Tag Archives: learning to communicate with spirit

Looking for the Spirit of My Daughter

Looking for the Spirit Robin Botie of Ithaca, New York, photographs a seagull at Stewart Park as she tries to connect with the spirit of her daughter who died.Weeks ago, I was walking by the pier across from Ithaca’s Stewart Park Pavilion, a favorite place of my daughter Marika. Friends had told me it was the time of the year when the veil between the physical world and the non-physical, or spiritual world, was at its thinnest. Meaning, if there was any time to reach out to my daughter who died, it was then. Not that I wasn’t already singing or talking to Marika almost every hour of every day. But it would be the best time to listen for her, to maybe hear her. So I was walking in the rain, in the park, with my camera. Looking for the spirit of my daughter.

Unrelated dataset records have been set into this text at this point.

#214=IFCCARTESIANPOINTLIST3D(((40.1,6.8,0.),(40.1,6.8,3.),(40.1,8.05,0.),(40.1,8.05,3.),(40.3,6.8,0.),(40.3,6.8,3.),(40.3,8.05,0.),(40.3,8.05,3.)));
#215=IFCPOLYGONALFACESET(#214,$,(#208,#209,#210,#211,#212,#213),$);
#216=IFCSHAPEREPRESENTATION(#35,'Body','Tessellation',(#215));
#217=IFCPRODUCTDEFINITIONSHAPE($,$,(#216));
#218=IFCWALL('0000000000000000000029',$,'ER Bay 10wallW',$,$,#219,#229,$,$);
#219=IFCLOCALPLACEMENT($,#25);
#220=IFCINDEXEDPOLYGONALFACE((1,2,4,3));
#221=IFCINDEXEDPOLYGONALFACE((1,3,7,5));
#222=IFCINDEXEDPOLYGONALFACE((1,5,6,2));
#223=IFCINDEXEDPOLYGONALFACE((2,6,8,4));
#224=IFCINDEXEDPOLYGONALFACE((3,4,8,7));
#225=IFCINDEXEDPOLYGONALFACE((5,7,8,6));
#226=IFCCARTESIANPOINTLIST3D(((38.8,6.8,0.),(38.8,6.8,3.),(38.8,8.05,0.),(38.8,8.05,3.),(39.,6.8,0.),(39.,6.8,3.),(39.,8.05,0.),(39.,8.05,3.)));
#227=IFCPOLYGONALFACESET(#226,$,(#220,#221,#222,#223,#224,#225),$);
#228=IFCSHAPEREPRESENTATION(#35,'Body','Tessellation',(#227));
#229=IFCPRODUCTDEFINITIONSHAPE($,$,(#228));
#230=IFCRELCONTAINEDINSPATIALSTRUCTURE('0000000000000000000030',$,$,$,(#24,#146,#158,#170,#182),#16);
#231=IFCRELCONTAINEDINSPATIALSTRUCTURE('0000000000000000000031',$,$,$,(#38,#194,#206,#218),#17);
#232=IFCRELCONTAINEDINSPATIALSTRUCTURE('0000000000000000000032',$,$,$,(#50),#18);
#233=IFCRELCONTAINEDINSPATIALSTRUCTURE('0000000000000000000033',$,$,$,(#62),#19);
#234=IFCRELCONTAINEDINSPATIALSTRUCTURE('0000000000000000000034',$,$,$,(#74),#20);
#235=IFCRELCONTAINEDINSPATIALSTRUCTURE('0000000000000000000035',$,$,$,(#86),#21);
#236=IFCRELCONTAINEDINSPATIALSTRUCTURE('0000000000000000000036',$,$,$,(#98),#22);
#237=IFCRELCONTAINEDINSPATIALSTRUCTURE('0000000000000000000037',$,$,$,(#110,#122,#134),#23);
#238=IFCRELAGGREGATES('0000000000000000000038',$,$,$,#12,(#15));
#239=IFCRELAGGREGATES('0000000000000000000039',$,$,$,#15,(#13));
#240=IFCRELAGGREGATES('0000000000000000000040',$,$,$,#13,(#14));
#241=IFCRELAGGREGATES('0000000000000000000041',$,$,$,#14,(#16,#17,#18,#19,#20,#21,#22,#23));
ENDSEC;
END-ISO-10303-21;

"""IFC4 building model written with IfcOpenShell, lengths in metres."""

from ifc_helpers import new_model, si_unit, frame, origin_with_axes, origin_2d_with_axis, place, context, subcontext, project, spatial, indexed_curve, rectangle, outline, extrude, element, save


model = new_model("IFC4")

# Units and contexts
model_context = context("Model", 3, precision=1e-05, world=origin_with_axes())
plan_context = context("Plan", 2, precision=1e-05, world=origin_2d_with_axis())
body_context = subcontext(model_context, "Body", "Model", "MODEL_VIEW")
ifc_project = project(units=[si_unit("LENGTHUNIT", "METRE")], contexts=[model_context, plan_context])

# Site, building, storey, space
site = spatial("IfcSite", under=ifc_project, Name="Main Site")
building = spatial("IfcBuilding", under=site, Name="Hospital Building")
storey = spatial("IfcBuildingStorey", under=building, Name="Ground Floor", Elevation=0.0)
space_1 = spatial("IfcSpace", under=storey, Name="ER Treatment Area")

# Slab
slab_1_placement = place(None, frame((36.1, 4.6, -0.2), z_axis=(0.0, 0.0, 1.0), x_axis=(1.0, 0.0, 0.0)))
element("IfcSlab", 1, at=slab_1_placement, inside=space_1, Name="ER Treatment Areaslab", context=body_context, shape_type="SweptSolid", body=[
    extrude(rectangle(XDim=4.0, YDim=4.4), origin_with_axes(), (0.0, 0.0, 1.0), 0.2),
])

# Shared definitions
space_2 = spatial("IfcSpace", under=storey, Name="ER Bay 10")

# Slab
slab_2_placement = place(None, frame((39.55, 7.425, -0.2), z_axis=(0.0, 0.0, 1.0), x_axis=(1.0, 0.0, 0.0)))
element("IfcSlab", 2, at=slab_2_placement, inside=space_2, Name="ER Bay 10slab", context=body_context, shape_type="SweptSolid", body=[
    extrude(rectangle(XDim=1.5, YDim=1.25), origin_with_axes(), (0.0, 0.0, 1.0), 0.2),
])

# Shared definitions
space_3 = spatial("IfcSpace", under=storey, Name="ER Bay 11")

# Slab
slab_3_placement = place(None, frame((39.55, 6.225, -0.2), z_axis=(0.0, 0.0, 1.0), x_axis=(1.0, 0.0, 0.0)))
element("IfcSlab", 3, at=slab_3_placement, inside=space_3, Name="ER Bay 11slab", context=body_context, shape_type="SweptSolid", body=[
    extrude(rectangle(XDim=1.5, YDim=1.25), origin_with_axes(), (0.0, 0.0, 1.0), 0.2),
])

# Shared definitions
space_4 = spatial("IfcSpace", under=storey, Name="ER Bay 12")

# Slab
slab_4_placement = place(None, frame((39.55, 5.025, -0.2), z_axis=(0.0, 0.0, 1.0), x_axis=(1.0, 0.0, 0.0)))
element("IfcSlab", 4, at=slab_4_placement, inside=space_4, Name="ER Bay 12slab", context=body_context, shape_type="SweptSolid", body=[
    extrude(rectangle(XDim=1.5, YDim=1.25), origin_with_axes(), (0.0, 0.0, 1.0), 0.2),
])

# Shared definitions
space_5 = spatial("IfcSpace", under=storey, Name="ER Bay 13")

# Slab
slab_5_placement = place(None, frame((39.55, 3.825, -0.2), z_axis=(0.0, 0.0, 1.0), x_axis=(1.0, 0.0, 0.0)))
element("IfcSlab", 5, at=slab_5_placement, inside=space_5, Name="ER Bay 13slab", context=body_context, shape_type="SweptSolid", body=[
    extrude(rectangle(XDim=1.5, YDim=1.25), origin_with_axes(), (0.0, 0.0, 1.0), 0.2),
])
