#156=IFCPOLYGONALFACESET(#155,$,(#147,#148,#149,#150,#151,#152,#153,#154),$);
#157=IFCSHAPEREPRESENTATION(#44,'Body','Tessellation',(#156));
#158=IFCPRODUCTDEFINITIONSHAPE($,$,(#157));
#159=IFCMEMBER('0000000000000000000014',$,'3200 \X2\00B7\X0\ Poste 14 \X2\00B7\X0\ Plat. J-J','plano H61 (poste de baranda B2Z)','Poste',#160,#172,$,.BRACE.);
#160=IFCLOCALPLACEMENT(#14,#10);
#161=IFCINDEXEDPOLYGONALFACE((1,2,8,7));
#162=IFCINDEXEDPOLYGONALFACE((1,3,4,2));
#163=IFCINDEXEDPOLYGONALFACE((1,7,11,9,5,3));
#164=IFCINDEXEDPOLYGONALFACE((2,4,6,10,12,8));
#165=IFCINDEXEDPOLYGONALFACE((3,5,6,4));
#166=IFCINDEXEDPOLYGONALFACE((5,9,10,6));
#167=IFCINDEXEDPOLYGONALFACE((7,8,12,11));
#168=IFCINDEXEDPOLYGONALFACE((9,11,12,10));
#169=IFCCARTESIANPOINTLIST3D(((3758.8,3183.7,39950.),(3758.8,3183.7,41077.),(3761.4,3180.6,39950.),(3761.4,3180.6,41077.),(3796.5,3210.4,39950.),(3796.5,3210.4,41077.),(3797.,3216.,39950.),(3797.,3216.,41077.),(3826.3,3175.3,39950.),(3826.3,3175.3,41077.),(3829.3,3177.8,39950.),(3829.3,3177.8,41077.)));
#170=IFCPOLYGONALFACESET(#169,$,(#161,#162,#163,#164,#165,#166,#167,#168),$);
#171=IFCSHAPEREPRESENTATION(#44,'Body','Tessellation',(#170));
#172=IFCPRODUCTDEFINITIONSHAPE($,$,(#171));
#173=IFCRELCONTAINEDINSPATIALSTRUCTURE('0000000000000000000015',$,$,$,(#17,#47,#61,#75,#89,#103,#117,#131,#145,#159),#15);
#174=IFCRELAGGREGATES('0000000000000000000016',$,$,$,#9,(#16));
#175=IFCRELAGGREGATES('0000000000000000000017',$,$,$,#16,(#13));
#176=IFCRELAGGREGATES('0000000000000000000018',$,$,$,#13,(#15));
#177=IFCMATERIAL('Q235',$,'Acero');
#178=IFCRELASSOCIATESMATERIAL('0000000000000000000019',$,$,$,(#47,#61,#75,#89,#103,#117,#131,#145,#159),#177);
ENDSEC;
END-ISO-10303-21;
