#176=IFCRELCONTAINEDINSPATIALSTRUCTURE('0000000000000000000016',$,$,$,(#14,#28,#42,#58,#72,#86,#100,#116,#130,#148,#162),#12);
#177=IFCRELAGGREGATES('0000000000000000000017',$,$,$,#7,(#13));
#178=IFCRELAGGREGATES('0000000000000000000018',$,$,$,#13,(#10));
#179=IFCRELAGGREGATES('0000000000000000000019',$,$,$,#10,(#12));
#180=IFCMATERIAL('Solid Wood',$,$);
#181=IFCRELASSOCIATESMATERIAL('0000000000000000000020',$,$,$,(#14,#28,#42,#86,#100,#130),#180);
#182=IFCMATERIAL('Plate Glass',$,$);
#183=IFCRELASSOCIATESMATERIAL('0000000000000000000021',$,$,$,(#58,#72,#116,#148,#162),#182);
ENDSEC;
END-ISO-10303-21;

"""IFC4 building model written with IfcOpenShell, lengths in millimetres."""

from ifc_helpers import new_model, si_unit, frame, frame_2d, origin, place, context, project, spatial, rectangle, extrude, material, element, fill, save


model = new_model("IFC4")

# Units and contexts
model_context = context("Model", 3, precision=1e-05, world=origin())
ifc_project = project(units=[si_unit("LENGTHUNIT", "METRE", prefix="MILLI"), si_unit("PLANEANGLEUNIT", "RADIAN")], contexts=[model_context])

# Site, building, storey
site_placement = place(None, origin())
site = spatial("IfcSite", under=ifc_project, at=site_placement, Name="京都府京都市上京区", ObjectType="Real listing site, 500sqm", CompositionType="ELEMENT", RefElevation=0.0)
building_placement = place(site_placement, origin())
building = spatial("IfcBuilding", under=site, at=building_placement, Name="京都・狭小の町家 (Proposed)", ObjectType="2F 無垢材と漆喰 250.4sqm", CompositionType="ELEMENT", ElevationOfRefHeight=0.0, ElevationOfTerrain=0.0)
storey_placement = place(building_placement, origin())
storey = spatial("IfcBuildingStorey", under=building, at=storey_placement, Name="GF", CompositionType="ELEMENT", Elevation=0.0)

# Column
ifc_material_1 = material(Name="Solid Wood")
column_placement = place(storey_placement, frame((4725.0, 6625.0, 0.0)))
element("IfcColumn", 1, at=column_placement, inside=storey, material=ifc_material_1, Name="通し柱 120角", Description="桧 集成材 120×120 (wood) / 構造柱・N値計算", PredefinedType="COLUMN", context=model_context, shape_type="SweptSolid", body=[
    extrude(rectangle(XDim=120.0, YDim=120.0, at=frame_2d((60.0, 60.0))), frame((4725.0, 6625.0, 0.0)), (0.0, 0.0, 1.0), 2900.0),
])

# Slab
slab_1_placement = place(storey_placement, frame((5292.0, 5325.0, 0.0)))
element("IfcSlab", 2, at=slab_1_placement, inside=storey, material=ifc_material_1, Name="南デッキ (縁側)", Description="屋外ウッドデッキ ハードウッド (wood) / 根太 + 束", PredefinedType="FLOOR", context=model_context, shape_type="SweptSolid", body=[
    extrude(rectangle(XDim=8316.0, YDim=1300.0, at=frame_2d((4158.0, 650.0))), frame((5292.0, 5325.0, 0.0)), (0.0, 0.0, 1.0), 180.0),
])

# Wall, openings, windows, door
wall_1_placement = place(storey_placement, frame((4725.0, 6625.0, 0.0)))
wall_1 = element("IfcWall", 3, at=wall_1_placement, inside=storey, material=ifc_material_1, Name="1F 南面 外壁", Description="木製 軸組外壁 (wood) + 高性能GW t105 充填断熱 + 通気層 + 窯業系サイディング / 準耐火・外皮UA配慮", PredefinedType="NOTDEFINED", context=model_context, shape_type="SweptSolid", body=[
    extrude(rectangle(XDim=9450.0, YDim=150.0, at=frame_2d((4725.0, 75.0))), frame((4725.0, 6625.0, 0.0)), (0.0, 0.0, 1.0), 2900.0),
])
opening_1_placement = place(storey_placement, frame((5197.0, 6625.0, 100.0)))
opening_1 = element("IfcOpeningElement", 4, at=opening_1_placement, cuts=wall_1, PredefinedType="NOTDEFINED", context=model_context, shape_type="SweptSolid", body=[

For years it had felt like Marika was watching me, sending occasional messages. But I haven’t been able to feel her, her presence, lately. Mediums had never really sensed her, so long ago I gave up seeking their help in finding her. People told me I was trying too hard or not trying hard enough. I was not open enough or not sensitive enough. Ask Spirit for a specific sign, friends more experienced in matters of the afterlife advised. But there’s no way I’ve ever been able to ask my dead daughter to leave an empty parking spot for me at Wegmans, or to send me a heron, or even just a feather. Although, if any of these ever happen to appear I’m more than likely to thank Marika for it. Mostly though, these days I go about believing her spirit is out there but doesn’t want to be bothered.

In Stewart Park a seagull was perched on a rail at the end of the pier. It watched as I slowly approached with my eyes hidden from view, glued instead to the bird’s image in the LCD screen of the camera. Aware the gull could fly off quickly at any moment, I began singing to it, in the hope of hypnotizing it to stay longer. A Kate McGarrigle song had been stuck in my head for days after seeing the Linda Ronstadt movie, a song I used to sing to my daughter when she was very young:

Some say the heart is just like a wheel/ When you bend it you can’t mend it/ But my love for you is like a sinking ship/ And my heart is on that ship out in mid-ocean.

I never got to see the bird, except through the camera. Viewing the digital images later in Photoshop, I was struck by how close it was to me. Without focusing on me, it had been aware of my every move. It didn’t take off until I looked up to meet it eye-to-eye.

Robin Botie of Ithaca, New York, photographs a seagull flying off over Cayuga Lake.